*Task instructions*. Could you return every line of the records below that contains the word "lines"?

*Source material*.
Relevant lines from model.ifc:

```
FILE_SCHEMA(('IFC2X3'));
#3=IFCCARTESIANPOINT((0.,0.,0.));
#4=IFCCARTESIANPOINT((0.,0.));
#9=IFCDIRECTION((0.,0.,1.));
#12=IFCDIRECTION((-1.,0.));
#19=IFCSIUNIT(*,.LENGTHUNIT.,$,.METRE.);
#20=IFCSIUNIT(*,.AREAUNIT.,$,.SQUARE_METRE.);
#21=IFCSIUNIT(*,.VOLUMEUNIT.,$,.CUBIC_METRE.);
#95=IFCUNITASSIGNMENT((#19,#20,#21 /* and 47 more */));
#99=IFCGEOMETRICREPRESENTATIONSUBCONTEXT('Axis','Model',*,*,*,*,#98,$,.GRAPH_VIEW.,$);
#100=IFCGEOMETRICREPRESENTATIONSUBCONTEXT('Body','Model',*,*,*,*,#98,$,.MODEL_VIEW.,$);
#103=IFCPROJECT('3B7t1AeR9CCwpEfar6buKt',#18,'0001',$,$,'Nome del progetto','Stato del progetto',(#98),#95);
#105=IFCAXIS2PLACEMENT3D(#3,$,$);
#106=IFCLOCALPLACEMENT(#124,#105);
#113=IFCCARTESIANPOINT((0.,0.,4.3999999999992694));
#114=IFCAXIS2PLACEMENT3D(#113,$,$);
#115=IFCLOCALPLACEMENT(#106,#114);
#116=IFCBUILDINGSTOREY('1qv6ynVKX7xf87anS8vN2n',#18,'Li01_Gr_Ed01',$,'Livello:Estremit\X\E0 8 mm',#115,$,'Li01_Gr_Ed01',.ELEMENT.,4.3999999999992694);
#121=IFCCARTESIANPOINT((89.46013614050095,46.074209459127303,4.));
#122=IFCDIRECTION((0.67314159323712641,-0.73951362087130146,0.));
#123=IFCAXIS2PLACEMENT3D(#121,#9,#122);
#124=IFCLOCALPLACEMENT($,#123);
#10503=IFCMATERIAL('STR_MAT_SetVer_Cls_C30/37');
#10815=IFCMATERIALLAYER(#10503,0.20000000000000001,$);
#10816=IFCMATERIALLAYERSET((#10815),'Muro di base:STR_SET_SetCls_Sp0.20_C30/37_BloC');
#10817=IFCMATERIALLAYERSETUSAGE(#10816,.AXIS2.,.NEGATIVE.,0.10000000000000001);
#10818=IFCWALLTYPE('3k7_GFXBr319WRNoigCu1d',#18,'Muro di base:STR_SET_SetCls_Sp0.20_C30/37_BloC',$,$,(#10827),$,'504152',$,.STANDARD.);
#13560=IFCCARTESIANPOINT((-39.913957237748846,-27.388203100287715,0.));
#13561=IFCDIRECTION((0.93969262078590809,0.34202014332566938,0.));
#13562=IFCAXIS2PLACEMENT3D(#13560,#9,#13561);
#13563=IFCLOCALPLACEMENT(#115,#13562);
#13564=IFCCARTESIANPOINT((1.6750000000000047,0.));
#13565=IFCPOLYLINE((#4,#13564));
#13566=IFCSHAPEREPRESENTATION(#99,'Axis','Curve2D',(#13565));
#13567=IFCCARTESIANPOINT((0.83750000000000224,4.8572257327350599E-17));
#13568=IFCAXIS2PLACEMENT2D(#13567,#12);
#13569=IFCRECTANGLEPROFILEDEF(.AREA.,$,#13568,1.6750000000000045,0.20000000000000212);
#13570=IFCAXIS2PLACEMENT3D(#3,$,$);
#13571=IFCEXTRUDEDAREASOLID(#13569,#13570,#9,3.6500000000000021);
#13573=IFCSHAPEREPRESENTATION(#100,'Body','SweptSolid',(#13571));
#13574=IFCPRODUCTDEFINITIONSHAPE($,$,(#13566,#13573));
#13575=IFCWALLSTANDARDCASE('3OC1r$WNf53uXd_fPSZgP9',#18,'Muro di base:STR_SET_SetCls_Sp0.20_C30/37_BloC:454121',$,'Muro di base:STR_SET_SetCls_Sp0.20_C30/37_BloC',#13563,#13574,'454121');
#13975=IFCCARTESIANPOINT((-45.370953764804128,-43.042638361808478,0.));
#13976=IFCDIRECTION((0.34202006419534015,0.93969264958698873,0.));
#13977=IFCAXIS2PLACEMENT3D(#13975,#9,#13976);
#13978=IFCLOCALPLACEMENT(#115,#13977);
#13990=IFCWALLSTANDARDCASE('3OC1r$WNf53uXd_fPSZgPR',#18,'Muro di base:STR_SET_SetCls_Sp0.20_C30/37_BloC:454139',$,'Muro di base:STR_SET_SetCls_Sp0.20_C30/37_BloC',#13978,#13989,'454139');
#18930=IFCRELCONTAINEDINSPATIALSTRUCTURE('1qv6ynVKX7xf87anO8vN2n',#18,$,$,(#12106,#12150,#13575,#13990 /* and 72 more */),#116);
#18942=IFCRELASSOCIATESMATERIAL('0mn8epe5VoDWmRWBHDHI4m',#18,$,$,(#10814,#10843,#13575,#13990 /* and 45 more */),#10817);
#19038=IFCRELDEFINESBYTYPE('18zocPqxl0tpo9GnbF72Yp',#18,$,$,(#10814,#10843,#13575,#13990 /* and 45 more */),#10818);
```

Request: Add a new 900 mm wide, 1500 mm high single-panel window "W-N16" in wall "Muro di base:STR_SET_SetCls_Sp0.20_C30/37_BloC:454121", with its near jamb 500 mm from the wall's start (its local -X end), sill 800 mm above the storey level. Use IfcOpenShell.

```python
import numpy as np
import ifcopenshell
import ifcopenshell.api.feature
import ifcopenshell.api.geometry
import ifcopenshell.api.root
import ifcopenshell.api.spatial
import ifcopenshell.api.type
import ifcopenshell.geom
import ifcopenshell.util.element
import ifcopenshell.util.placement
import ifcopenshell.util.representation
import ifcopenshell.util.shape
import ifcopenshell.util.unit

model = ifcopenshell.open("model.ifc")
unit_scale = ifcopenshell.util.unit.calculate_unit_scale(model)
settings = ifcopenshell.geom.settings()


def volume(element):
    """Net volume in cubic metres, openings subtracted."""
    shape = ifcopenshell.geom.create_shape(settings, element)
    return ifcopenshell.util.shape.get_volume(shape.geometry)


wall = model.by_guid("3OC1r$WNf53uXd_fPSZgP9")
storey = ifcopenshell.util.element.get_container(wall, ifc_class="IfcBuildingStorey")
context = ifcopenshell.util.representation.get_context(model, "Model", "Body", "MODEL_VIEW")
before = volume(wall)

width, height, from_end, sill = 0.9, 1.5, 0.5, 0.8  # metres

# The wall runs along its own X axis, and the end named is its -X end.
wall_shape = ifcopenshell.geom.create_shape(settings, wall)
x, y, z = ifcopenshell.util.shape.get_vertices(wall_shape.geometry).T
start = x.min() + from_end
face, thickness = float(y.min()), float(y.max() - y.min())
wall_matrix = ifcopenshell.util.placement.get_local_placement(wall.ObjectPlacement)
level = ifcopenshell.util.placement.get_local_placement(storey.ObjectPlacement)[2, 3]


def in_wall(x, y):
    """Placement at x, y metres in the wall's axes, at sill height."""
    matrix = wall_matrix.copy()
    matrix[:, 3] = wall_matrix @ np.array([x / unit_scale, y / unit_scale, 0.0, 1.0])
    matrix[2, 3] = level + sill / unit_scale
    return matrix


# Opening: a box that overshoots both wall faces by 50 mm.
opening = ifcopenshell.api.root.create_entity(model, ifc_class="IfcOpeningElement")
box = ifcopenshell.api.geometry.add_wall_representation(
    model, context=context, length=width, height=height, thickness=thickness + 0.1
)
ifcopenshell.api.geometry.assign_representation(model, product=opening, representation=box)
ifcopenshell.api.geometry.edit_object_placement(model, product=opening, matrix=in_wall(start, face - 0.05), is_si=False)
ifcopenshell.api.feature.add_feature(model, feature=opening, element=wall)

window = ifcopenshell.api.root.create_entity(model, ifc_class="IfcWindow", name="W-N16")
window.OverallWidth, window.OverallHeight = width / unit_scale, height / unit_scale
body = ifcopenshell.api.geometry.add_window_representation(
    model,
    context=context,
    overall_width=window.OverallWidth,
    overall_height=window.OverallHeight,
    partition_type="SINGLE_PANEL",
)
ifcopenshell.api.geometry.assign_representation(model, product=window, representation=body)
ifcopenshell.api.spatial.assign_container(model, products=[window], relating_structure=storey)
fills = ifcopenshell.api.feature.add_filling(model, opening=opening, element=window)
fills.OwnerHistory = window.OwnerHistory  # required in IFC2X3

# IFC2X3 keeps the operation on the window style.
style = ifcopenshell.api.root.create_entity(model, ifc_class="IfcWindowStyle", name="W-N16")
style.OperationType, style.ConstructionType = "SINGLE_PANEL", "NOTDEFINED"
style.ParameterTakesPrecedence = style.Sizeable = False
ifcopenshell.api.type.assign_type(model, related_objects=[window], relating_type=style)

# Centre the window in the wall's thickness.
ifcopenshell.api.geometry.edit_object_placement(model, product=window, matrix=in_wall(start, face), is_si=False)
window_shape = ifcopenshell.geom.create_shape(settings, window)
depth = ifcopenshell.util.shape.get_vertices(window_shape.geometry)[:, 1]
offset = face + thickness / 2 - (depth.min() + depth.max()) / 2
ifcopenshell.api.geometry.edit_object_placement(model, product=window, matrix=in_wall(start, offset), is_si=False)

after = volume(wall)

print(f"wall volume {before:.3f} -> {after:.3f} m3")

model.write("model_v2.ifc")
```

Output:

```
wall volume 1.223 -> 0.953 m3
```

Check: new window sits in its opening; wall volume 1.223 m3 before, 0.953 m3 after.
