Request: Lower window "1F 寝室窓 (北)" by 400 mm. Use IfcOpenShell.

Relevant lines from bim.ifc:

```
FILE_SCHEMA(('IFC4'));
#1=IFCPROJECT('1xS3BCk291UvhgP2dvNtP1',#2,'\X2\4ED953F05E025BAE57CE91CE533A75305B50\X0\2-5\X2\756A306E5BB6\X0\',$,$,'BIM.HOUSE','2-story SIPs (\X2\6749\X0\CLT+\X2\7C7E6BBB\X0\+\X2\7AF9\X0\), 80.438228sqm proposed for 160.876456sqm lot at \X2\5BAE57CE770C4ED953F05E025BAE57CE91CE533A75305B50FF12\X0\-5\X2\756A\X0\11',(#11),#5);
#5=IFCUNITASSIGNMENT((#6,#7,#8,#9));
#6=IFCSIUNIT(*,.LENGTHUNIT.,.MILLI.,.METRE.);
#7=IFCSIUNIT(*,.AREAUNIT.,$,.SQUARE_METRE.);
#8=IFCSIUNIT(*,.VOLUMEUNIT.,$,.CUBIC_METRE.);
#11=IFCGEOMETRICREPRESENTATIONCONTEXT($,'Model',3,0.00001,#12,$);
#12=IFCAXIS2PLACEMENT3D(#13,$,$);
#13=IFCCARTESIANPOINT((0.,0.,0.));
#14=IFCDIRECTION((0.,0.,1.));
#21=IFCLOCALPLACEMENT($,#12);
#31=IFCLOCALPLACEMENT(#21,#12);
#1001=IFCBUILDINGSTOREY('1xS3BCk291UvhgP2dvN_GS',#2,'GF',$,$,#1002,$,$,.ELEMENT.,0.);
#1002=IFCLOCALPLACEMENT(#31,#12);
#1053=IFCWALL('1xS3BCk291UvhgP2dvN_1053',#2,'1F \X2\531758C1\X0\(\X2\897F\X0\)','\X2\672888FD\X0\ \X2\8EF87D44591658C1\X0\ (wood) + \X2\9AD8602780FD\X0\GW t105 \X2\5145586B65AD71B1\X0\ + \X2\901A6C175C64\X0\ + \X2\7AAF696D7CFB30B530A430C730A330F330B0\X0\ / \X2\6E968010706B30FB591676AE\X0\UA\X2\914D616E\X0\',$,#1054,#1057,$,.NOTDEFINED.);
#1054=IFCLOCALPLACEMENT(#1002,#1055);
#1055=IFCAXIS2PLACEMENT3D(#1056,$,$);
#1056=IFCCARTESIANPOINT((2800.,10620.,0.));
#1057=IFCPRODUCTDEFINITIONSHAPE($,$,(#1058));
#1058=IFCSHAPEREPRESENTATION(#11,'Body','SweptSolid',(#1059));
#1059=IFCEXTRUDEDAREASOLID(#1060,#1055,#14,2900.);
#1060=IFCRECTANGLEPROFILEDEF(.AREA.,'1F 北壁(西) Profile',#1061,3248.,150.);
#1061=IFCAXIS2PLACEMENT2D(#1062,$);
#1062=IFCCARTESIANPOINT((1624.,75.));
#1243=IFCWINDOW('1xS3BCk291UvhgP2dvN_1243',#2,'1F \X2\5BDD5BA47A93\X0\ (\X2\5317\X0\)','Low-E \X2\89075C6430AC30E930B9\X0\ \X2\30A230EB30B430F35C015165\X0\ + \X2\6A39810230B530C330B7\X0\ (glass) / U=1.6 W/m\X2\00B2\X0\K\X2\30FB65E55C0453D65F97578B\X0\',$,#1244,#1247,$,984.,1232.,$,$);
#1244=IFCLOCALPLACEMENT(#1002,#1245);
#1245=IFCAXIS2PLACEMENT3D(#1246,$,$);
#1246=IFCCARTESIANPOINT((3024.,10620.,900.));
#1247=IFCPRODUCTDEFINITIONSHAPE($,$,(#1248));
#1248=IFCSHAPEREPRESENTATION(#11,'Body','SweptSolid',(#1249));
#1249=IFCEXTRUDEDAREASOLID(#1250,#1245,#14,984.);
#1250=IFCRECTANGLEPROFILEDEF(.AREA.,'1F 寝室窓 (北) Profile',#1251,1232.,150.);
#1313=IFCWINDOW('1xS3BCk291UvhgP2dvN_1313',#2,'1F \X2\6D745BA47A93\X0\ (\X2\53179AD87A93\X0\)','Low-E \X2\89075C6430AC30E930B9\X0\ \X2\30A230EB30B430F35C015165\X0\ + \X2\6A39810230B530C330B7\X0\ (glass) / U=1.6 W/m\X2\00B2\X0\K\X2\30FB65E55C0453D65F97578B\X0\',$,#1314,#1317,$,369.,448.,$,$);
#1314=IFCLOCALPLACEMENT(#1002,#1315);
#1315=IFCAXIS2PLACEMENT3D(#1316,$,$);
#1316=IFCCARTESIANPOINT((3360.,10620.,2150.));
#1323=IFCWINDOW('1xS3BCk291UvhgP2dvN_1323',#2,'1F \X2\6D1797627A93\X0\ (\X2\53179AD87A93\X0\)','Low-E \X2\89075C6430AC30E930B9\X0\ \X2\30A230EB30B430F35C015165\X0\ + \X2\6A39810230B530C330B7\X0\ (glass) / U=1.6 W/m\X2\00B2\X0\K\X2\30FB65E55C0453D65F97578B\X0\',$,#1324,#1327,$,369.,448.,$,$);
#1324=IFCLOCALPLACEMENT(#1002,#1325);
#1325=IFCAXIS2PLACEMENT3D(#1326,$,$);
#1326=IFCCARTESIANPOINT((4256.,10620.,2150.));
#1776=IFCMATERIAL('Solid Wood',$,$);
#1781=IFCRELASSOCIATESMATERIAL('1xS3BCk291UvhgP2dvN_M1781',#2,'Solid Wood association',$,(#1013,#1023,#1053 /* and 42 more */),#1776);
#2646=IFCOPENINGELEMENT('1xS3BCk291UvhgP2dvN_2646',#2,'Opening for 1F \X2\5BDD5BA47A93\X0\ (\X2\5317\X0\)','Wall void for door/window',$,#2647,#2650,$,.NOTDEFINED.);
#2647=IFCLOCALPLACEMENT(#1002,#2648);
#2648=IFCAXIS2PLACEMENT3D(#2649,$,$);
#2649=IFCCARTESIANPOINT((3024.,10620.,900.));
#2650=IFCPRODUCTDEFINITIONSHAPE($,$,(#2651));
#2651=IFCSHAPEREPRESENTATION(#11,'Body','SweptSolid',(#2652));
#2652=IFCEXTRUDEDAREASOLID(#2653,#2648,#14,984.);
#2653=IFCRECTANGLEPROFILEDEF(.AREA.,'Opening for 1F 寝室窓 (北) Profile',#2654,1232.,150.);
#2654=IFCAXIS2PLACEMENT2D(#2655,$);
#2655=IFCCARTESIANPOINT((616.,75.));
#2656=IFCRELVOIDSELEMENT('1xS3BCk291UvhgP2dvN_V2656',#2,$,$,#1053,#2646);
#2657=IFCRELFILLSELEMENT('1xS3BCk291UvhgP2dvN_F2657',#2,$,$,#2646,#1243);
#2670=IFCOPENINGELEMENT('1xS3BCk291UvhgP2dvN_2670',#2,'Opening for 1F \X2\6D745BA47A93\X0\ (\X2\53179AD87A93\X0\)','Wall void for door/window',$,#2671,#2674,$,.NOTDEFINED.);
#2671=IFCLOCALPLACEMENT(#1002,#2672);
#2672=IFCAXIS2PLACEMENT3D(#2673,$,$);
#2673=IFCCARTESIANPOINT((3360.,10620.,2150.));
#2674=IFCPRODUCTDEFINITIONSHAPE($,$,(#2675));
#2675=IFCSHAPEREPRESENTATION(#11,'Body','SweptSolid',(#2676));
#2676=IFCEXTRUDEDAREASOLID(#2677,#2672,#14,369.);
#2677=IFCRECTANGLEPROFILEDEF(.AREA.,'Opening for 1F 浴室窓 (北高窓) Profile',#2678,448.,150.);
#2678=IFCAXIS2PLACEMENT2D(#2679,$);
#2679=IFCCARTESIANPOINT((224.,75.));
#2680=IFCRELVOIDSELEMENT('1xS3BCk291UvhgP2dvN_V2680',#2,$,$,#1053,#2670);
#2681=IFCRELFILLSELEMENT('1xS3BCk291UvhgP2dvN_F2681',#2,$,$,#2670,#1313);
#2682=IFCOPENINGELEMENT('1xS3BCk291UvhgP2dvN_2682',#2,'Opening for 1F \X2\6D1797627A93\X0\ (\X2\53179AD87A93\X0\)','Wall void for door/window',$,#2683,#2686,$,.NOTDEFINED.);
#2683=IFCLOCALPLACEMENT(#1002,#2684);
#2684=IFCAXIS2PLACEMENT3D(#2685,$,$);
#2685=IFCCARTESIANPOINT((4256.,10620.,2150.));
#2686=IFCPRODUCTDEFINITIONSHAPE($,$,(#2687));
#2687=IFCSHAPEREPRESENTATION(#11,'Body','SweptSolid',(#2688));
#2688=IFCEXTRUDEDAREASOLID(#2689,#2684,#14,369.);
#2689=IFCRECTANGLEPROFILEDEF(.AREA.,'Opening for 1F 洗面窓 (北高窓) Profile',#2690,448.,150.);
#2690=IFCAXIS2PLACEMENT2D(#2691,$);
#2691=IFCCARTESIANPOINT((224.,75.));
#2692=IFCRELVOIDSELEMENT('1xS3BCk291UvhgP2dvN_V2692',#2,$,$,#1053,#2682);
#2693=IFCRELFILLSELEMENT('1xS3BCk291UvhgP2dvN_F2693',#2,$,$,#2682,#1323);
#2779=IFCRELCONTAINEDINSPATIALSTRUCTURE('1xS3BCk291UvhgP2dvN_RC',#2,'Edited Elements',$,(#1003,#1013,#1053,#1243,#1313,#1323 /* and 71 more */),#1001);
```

```python
import numpy as np
import ifcopenshell
import ifcopenshell.api.geometry
import ifcopenshell.util.placement
import ifcopenshell.util.unit

model = ifcopenshell.open("bim.ifc")
unit_scale = ifcopenshell.util.unit.calculate_unit_scale(model)

window = model.by_guid("1xS3BCk291UvhgP2dvN_1243")
opening = window.FillsVoids[0].RelatingOpeningElement
dz = -0.4 / unit_scale

shift = np.array([0.0, 0.0, dz])
# The window is not placed relative to its opening, so move both.
for product in (opening, window):
    matrix = ifcopenshell.util.placement.get_local_placement(product.ObjectPlacement)
    matrix[:3, 3] += shift
    ifcopenshell.api.geometry.edit_object_placement(model, product=product, matrix=matrix, is_si=False)

print(f"moved by {dz * unit_scale:+.3f} m")

model.write("bim_v2.ifc")
```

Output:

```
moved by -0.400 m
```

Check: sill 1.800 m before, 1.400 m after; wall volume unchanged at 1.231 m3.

*Result for this task*.
Relevant lines from model.ifc:
Relevant lines from bim.ifc:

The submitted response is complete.